I didn't test this pseudo-code:
for every k from 0 to infinity
for every n from 1 to 9
if compute(n,0,k):
return k
boolean compute(n,j,k):
if (j == k):
return (n == target)
else:
for each operator in {+,-,*,/}:
for every i from 1 to 9:
if compute((n operator i),j+1,k):
return true
return false
It doesn't take into account arithmetic operators precedence and braces, that would require some rework.
Really cool question :)
Notice that you can start from the end! From your example (9*3)+2 = 29 is equivalent to saying (29-2)/3=9. That way we can avoid the double loop in cyborg's answer. This suggests the following algorithm for set Y and result r:
nextleaves = {r}
nops = 0
while(true):
nops = nops+1
leaves = nextleaves
nextleaves = {}
for leaf in leaves:
for y in Y:
if (leaf+y) or (leaf-y) or (leaf*y) or (leaf/y) is in X:
return(nops)
else:
add (leaf+y) and (leaf-y) and (leaf*y) and (leaf/y) to nextleaves
This is the basic idea, performance can be certainly be improved, for instance by avoiding "backtracks", such as r+a-a or r*a*b/a.

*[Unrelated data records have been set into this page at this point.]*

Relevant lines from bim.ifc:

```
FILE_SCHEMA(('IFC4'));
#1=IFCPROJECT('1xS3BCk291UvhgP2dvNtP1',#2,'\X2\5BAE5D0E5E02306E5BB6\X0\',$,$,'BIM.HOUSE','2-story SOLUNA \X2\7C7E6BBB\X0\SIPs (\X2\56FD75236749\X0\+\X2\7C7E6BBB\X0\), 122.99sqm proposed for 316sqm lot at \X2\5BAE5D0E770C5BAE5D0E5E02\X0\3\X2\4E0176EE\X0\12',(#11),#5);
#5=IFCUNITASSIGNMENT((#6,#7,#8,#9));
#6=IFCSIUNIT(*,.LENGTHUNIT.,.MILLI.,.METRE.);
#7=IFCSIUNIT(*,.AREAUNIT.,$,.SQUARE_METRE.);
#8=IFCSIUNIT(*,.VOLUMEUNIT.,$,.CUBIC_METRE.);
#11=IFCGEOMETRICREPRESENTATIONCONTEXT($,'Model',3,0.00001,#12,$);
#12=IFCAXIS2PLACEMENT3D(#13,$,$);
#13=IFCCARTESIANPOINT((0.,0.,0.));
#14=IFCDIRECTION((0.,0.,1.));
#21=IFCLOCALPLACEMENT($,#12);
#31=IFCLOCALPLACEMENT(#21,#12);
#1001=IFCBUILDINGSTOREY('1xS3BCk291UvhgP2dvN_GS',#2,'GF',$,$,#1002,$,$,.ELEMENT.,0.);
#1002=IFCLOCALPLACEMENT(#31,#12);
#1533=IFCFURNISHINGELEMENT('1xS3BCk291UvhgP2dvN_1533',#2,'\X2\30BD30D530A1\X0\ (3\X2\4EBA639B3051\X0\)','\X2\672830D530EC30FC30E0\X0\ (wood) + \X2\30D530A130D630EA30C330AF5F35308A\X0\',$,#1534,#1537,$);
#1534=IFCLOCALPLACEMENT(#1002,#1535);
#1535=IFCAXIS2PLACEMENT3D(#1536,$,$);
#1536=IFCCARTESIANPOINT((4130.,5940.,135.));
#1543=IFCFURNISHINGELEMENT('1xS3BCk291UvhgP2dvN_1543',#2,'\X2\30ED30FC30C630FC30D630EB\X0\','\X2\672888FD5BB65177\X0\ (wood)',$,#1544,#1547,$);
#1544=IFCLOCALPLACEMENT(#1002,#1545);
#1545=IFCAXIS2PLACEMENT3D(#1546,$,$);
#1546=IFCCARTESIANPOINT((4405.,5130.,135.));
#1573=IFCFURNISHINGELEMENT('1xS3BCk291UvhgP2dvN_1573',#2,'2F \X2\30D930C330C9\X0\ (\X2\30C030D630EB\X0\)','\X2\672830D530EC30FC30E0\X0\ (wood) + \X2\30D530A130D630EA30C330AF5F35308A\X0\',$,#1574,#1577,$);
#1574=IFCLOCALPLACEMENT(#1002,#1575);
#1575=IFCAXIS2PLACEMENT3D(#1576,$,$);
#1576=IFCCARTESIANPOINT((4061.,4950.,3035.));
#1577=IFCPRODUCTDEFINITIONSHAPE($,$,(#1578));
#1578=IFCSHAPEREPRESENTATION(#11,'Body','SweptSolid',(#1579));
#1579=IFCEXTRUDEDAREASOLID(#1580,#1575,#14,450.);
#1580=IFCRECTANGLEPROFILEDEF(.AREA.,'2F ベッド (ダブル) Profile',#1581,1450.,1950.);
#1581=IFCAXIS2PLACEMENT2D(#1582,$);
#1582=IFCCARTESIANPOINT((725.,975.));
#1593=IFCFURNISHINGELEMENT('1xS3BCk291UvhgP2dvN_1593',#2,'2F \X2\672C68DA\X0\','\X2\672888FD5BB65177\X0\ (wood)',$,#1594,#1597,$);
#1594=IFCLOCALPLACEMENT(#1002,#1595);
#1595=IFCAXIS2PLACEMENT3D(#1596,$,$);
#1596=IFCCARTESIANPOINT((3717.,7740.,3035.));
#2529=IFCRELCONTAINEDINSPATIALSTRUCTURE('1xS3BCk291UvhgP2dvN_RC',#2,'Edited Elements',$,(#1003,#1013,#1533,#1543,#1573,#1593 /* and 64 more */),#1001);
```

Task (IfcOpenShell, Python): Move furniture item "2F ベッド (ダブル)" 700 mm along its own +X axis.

```python
import ifcopenshell
import ifcopenshell.api.geometry
import ifcopenshell.util.placement

model = ifcopenshell.open("bim.ifc")

item = model.by_guid("1xS3BCk291UvhgP2dvN_1573")
matrix = ifcopenshell.util.placement.get_local_placement(item.ObjectPlacement)
matrix[:3, 3] += matrix[:3, 0] * 700.0
ifcopenshell.api.geometry.edit_object_placement(model, product=item, matrix=matrix, is_si=False)

print(ifcopenshell.util.placement.get_local_placement(item.ObjectPlacement).round(3) + 0.0)

model.write("bim_updated.ifc")
```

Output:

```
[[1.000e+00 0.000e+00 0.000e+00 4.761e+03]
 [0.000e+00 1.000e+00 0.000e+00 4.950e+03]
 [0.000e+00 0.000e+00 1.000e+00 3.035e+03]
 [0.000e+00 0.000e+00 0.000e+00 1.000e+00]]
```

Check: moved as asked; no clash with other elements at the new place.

I guess my idea is similar to the one of Peer Sommerlund:
For big numbers, you advance fast, by multiplication with big ciphers.
Is Y=29 prime? If not, divide it by the maximum divider of (2 to 9).
Else you could subtract a number, to reach a dividable number. 27 is fine, since it is dividable by 9, so
(29-2)/9=3 =>
3*9+2 = 29
So maybe - I didn't think about this to the end: Search the next divisible by 9 number below Y. If you don't reach a number which is a digit, repeat.
The formula is the steps reversed.
(I'll try it for some numbers. :) )
I tried with 2551, which is
echo $((((3*9+4)*9+4)*9+4))
But I didn't test every intermediate result whether it is prime.
But
echo $((8*8*8*5-9))
is 2 operations less. Maybe I can investigate this later.